Les femmes euratiennes sont bien des femmes du Moyen-âge, mais elles peuvent être plus puissantes que l'on pourrait le penser au premier abord. Selon les contrées, leurs droits et leur pouvoir peuvent varier et être plus ou moins importants, mais les bases restent les mêmes dans tout Eurate.

Elle sont certes mariées jeunes, vers 14 ans, mais avec consentement (Et oui le Trimurti l’exige, bien que la notion de consentement soit parfois discutable), mais le mariage ne donne aucunement à l’homme la gestion des biens que la femme pourrait avoir avant le mariage, elle en garde la charge après le mariage surtout si elle est noble. Elles sont donc amenées à protéger elles aussi leurs biens, il est donc moins rare qu’on le pense de voir des femmes en armure. Le mariage reste toutefois un moyen politique qui est négocié très jeunes dans la noblesse.

Soit, il est toujours mieux perçu d'avoir sa femme faisant le repas et prenant soin des enfants plutôt que dirigeant le troupeau, ou possédant elle-même la ferme. Mais les femmes, dans le monde d'Eurate, ont bien le droit de posséder des terres, de les cultiver, d'en prendre soin, de posséder du bétails ou même des petites entreprises, comme une taverne par exemple – ou même un bordel.

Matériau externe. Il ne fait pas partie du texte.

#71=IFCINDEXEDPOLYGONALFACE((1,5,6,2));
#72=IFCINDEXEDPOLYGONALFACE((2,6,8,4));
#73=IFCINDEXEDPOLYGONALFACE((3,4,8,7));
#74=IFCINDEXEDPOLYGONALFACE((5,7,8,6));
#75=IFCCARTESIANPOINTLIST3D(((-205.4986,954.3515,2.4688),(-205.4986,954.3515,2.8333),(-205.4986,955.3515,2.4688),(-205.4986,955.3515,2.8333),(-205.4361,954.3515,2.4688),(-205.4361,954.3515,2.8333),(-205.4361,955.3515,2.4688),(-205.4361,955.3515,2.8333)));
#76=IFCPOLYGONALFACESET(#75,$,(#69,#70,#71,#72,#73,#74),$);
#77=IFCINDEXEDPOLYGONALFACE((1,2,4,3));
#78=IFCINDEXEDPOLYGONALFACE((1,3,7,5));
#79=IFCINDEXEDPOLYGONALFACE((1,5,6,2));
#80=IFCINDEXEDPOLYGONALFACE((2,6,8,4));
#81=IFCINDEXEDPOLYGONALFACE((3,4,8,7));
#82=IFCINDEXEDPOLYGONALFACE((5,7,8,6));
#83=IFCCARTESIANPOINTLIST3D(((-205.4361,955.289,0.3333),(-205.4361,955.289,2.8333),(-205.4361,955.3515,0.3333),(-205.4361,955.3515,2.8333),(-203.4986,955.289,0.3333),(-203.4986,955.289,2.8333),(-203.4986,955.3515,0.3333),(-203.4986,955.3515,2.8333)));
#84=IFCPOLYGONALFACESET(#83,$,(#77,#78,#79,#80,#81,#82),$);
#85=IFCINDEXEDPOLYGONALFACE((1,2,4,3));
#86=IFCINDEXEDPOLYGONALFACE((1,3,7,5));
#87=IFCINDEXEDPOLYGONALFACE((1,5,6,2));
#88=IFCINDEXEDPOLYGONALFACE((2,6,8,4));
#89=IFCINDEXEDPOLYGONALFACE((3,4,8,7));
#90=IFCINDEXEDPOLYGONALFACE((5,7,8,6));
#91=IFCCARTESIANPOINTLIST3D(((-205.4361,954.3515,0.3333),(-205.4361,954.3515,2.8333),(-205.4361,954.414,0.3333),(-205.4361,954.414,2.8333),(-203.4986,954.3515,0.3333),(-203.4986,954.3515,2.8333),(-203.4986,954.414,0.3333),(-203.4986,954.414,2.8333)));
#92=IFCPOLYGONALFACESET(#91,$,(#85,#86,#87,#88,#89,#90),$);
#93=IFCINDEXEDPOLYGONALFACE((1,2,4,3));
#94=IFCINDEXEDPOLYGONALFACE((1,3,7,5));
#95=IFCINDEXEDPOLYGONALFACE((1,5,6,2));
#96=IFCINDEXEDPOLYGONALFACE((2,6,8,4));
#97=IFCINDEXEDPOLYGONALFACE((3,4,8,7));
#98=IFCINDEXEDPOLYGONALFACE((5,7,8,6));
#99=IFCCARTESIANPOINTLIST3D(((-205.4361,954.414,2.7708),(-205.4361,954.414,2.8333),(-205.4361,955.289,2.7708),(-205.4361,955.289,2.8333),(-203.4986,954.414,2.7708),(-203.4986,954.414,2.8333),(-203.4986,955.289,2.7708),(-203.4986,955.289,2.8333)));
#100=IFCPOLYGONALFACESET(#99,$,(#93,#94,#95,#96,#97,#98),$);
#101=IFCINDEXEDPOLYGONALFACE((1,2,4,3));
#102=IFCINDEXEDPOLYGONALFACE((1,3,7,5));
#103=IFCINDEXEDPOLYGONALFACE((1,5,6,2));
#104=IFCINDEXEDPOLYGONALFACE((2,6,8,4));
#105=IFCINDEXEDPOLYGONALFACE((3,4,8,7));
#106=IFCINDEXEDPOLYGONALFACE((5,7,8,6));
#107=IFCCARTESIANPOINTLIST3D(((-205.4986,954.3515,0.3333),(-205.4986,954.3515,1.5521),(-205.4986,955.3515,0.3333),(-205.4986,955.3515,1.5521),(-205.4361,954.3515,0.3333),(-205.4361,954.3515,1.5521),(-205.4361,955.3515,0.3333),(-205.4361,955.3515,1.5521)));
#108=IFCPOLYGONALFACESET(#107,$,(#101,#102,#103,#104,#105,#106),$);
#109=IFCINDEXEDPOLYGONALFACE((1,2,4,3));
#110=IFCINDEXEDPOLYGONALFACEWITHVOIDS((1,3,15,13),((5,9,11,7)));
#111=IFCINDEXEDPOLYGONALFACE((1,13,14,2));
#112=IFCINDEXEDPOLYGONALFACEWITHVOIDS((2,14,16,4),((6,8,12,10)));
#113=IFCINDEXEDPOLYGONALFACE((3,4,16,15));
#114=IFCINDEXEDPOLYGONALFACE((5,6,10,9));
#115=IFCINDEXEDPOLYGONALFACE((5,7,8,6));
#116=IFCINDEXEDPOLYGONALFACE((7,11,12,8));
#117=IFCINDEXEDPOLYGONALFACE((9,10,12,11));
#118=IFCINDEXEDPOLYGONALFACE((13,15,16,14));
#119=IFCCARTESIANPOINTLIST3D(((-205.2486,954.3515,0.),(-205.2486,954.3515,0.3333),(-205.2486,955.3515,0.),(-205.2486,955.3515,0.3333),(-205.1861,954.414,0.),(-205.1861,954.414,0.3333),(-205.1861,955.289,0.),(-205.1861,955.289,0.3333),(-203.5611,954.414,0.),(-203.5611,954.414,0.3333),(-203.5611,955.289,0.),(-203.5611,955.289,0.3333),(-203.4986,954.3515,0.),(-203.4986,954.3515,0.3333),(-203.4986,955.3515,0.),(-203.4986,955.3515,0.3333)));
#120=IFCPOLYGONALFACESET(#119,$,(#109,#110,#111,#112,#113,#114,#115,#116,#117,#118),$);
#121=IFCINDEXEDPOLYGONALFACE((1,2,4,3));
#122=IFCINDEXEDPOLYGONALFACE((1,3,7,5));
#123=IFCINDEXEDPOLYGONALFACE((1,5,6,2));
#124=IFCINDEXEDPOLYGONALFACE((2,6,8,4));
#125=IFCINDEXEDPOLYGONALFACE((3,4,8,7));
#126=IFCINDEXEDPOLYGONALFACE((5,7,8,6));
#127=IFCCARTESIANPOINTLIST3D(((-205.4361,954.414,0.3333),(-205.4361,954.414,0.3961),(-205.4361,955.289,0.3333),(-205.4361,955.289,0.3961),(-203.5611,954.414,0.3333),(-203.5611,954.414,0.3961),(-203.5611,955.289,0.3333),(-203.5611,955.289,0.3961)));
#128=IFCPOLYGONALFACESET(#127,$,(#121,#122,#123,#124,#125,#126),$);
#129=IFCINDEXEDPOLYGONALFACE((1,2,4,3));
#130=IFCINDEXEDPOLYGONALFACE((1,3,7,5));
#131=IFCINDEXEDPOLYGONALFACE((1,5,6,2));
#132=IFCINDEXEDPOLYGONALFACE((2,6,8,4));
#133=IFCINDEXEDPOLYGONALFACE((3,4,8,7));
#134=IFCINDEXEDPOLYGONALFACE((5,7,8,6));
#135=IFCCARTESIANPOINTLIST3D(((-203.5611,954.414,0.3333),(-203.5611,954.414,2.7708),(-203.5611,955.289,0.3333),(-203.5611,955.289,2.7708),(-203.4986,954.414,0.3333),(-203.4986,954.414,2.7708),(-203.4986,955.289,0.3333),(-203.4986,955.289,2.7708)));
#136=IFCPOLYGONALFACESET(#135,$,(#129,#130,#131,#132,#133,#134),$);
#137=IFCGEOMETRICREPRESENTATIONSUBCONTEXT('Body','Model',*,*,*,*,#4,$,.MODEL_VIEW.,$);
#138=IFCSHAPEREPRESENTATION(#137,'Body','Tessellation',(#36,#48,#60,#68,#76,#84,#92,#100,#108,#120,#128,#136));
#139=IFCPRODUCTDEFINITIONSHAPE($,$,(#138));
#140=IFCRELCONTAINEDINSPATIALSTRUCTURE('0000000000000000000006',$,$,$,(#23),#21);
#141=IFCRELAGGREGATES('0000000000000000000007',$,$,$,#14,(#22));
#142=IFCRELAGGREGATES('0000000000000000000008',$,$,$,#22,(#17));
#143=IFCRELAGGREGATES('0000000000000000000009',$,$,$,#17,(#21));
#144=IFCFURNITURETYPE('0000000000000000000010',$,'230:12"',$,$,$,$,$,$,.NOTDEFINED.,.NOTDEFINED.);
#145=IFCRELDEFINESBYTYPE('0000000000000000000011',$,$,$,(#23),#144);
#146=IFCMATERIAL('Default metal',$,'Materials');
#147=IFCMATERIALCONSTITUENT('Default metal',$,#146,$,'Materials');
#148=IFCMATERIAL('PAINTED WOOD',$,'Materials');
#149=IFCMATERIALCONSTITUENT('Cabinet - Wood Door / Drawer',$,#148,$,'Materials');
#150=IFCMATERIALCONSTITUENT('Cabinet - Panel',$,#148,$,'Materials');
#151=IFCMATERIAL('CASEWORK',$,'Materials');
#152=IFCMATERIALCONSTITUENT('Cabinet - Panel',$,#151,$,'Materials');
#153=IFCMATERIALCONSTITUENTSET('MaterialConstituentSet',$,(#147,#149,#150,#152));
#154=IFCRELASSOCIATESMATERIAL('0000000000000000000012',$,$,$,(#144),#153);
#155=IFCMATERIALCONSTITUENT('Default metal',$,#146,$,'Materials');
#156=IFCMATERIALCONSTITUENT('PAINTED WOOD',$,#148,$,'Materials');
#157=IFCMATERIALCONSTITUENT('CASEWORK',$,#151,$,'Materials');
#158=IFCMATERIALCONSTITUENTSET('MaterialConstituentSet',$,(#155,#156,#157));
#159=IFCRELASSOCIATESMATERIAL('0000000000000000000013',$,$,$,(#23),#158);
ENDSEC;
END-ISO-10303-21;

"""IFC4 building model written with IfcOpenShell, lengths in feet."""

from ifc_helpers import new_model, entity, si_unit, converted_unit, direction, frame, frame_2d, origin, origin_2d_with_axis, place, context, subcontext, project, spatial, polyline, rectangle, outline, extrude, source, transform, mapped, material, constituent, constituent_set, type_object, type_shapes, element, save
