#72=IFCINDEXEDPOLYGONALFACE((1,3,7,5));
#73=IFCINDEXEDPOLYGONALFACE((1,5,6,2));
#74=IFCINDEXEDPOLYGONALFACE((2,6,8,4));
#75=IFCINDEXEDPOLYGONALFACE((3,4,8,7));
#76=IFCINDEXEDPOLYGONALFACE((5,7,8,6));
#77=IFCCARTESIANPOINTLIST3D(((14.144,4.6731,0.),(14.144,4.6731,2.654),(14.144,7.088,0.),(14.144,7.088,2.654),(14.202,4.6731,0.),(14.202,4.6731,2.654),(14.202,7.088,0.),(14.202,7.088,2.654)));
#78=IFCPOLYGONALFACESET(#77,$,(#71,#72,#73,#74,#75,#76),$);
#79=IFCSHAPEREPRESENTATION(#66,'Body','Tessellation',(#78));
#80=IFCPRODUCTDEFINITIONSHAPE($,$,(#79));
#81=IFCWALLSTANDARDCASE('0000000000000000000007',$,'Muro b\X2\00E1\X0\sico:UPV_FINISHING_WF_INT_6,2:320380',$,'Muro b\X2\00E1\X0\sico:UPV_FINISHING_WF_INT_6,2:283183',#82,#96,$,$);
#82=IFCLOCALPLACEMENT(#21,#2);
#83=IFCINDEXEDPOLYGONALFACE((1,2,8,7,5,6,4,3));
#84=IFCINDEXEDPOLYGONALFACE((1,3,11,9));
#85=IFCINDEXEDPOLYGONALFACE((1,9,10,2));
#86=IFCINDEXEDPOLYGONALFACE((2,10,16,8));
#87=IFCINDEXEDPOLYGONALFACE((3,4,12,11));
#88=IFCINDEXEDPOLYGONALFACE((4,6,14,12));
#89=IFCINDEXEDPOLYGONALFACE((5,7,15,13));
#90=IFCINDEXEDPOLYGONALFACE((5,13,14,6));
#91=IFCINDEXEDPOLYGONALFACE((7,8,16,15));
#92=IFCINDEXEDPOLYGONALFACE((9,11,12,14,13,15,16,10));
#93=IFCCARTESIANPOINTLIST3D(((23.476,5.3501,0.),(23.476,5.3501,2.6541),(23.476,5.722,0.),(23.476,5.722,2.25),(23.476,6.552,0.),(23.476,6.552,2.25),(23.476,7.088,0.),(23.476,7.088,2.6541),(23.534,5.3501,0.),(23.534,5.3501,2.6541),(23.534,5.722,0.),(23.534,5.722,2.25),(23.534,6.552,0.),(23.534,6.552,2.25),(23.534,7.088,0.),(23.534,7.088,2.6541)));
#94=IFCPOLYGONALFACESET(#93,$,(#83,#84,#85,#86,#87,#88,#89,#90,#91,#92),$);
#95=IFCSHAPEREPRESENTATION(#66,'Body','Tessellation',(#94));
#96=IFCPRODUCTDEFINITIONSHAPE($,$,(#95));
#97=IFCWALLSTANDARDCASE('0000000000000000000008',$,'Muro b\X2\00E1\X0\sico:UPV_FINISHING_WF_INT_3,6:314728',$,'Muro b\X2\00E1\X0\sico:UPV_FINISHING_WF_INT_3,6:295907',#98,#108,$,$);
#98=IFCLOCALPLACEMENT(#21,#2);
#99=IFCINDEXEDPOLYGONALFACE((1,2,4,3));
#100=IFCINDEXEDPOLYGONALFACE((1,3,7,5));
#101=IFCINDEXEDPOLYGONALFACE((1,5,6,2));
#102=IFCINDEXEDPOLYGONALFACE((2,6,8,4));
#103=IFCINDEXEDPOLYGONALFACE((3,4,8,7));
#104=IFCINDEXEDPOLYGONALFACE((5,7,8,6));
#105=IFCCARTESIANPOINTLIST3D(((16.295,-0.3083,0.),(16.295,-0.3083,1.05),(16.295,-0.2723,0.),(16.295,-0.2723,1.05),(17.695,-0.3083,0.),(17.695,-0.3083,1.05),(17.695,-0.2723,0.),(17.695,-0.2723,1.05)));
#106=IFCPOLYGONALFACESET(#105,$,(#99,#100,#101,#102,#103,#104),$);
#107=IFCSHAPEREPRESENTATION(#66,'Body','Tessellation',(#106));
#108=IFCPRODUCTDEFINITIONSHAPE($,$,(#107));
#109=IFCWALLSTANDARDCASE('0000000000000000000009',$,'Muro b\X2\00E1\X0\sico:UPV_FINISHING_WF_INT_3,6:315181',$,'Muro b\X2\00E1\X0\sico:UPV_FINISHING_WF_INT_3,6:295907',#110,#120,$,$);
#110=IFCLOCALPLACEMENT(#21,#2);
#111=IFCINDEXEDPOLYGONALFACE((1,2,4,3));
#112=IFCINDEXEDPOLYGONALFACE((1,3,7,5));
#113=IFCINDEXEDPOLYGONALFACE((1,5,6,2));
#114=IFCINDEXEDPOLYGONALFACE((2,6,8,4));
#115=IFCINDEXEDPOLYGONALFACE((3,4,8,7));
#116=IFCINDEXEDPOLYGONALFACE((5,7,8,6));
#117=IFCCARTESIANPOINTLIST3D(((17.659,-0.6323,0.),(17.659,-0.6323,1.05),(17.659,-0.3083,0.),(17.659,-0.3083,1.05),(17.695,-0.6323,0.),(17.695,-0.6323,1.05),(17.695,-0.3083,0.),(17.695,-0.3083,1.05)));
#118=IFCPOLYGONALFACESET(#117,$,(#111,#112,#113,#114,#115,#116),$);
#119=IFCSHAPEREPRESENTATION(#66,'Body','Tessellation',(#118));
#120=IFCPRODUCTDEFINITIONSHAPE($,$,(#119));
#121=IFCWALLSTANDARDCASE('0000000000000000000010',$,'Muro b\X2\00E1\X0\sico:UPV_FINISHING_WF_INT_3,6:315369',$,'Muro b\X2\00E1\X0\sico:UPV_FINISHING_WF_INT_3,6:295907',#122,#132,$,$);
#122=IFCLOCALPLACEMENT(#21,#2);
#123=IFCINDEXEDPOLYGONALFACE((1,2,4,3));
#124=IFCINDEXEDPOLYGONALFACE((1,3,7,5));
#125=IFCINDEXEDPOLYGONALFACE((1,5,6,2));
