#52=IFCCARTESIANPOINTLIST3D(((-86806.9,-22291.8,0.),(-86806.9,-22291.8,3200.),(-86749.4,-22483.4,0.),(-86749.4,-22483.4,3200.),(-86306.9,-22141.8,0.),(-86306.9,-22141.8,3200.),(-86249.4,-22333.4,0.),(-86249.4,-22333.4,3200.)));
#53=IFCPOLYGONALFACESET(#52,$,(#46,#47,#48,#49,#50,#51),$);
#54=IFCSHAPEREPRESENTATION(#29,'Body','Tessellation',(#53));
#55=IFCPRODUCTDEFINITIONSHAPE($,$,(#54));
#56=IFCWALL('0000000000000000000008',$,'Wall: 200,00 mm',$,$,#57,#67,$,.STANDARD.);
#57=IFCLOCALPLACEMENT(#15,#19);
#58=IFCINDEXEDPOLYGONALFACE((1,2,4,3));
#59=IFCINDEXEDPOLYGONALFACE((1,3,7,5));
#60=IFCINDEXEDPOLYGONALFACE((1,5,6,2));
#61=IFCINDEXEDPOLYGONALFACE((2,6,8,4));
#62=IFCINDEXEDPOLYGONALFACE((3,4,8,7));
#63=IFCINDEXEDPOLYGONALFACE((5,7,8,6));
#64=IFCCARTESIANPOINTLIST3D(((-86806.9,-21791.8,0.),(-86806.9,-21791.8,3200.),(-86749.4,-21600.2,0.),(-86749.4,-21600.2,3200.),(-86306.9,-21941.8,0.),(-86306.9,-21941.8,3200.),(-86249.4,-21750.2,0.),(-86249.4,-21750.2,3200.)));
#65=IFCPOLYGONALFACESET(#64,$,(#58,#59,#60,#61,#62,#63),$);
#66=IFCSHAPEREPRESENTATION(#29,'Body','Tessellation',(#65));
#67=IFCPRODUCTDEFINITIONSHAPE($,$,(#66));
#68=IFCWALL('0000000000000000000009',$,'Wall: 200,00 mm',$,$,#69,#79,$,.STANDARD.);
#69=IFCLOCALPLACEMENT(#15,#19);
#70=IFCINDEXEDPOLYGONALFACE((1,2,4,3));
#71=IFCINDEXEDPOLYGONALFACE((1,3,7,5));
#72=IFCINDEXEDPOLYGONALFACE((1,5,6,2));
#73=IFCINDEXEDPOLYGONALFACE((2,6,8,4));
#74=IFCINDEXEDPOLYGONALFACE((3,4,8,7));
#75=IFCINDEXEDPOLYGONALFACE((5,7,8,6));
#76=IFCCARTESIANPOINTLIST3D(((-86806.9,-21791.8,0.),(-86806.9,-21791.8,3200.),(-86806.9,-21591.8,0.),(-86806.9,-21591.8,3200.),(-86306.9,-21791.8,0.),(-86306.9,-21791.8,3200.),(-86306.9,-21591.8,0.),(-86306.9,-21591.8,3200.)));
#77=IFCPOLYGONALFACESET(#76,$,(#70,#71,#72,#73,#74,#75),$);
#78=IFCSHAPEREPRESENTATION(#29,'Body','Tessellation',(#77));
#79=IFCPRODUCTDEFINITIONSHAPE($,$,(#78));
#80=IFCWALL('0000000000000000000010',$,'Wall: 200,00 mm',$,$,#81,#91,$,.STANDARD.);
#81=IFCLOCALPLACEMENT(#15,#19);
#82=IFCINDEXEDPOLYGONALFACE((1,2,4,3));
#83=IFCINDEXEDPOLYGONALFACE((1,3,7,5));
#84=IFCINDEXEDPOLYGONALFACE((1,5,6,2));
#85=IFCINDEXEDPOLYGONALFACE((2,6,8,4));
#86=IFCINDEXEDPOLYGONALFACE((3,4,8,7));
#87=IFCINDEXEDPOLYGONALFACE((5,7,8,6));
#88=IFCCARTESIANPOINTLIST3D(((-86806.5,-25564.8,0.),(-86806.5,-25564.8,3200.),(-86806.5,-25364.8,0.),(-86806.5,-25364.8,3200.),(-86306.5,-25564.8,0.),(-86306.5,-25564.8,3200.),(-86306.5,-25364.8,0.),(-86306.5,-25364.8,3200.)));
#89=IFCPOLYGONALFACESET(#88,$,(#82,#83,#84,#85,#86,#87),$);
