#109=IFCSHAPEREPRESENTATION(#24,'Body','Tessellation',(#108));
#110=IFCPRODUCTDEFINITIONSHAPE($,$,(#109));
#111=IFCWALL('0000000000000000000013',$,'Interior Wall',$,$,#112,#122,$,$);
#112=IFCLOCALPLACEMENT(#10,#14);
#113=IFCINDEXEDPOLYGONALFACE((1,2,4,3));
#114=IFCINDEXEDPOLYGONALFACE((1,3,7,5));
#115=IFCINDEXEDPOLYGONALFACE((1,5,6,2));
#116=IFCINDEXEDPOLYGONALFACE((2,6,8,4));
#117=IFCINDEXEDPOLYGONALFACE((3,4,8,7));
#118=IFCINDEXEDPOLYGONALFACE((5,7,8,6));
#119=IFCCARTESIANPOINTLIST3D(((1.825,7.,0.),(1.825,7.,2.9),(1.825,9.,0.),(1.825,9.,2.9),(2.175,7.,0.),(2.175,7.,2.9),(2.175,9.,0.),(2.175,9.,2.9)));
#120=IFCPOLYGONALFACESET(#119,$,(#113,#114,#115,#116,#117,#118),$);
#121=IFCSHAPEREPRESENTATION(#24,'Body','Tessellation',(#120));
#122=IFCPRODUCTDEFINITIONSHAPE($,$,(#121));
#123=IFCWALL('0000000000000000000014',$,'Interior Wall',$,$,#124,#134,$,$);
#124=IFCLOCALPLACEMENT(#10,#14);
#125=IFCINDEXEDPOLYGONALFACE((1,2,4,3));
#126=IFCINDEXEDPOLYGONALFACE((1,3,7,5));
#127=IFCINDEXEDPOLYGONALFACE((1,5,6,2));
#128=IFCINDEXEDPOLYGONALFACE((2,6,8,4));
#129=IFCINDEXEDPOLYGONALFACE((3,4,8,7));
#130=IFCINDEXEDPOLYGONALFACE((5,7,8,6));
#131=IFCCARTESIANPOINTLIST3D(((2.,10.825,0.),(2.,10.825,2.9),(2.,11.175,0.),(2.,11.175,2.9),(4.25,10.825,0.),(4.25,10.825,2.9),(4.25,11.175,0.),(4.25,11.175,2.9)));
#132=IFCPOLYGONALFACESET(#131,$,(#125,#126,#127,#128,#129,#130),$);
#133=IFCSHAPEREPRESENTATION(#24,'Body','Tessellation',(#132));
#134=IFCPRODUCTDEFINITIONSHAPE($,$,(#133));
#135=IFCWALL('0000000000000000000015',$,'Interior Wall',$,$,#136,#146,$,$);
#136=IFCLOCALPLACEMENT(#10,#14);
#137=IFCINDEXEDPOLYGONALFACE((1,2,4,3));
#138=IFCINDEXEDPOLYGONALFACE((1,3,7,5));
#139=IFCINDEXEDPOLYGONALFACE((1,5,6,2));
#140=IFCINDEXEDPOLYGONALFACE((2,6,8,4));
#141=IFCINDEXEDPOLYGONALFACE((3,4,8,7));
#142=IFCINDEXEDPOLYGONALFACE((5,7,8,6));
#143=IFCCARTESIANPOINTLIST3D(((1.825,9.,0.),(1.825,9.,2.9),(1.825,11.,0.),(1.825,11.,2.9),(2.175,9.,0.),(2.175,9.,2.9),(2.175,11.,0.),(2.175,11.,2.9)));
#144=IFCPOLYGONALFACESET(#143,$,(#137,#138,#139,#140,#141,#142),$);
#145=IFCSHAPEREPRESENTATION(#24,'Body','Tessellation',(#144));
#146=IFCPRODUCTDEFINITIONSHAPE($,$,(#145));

Elles peuvent également être des seigneurs si elles sont premières nées dans une famille noble. Et oui, n’en déplaise aux préjugés, le sexe du premier né ne compte pas. Ce qui leur donne donc le droit de posséder des titres, des terres et de diriger une grande maison. Qu'elles soient Comtesses, Duchesses ou Marquises, elles ont le droit de siéger au Conseil de Guerre, de devenir Princesse électrice, voire même Impératrice. Elles peuvent prendre des décisions (petites ou grandes) pour les terres qui sont sous leur juridiction, ou même sur n'importe quel autre sujet d'importance, signer des décrets, et même déclarer la guerre à leur voisinage. Méfiance, une femme qui a du pouvoir, peut être une femme redoutable.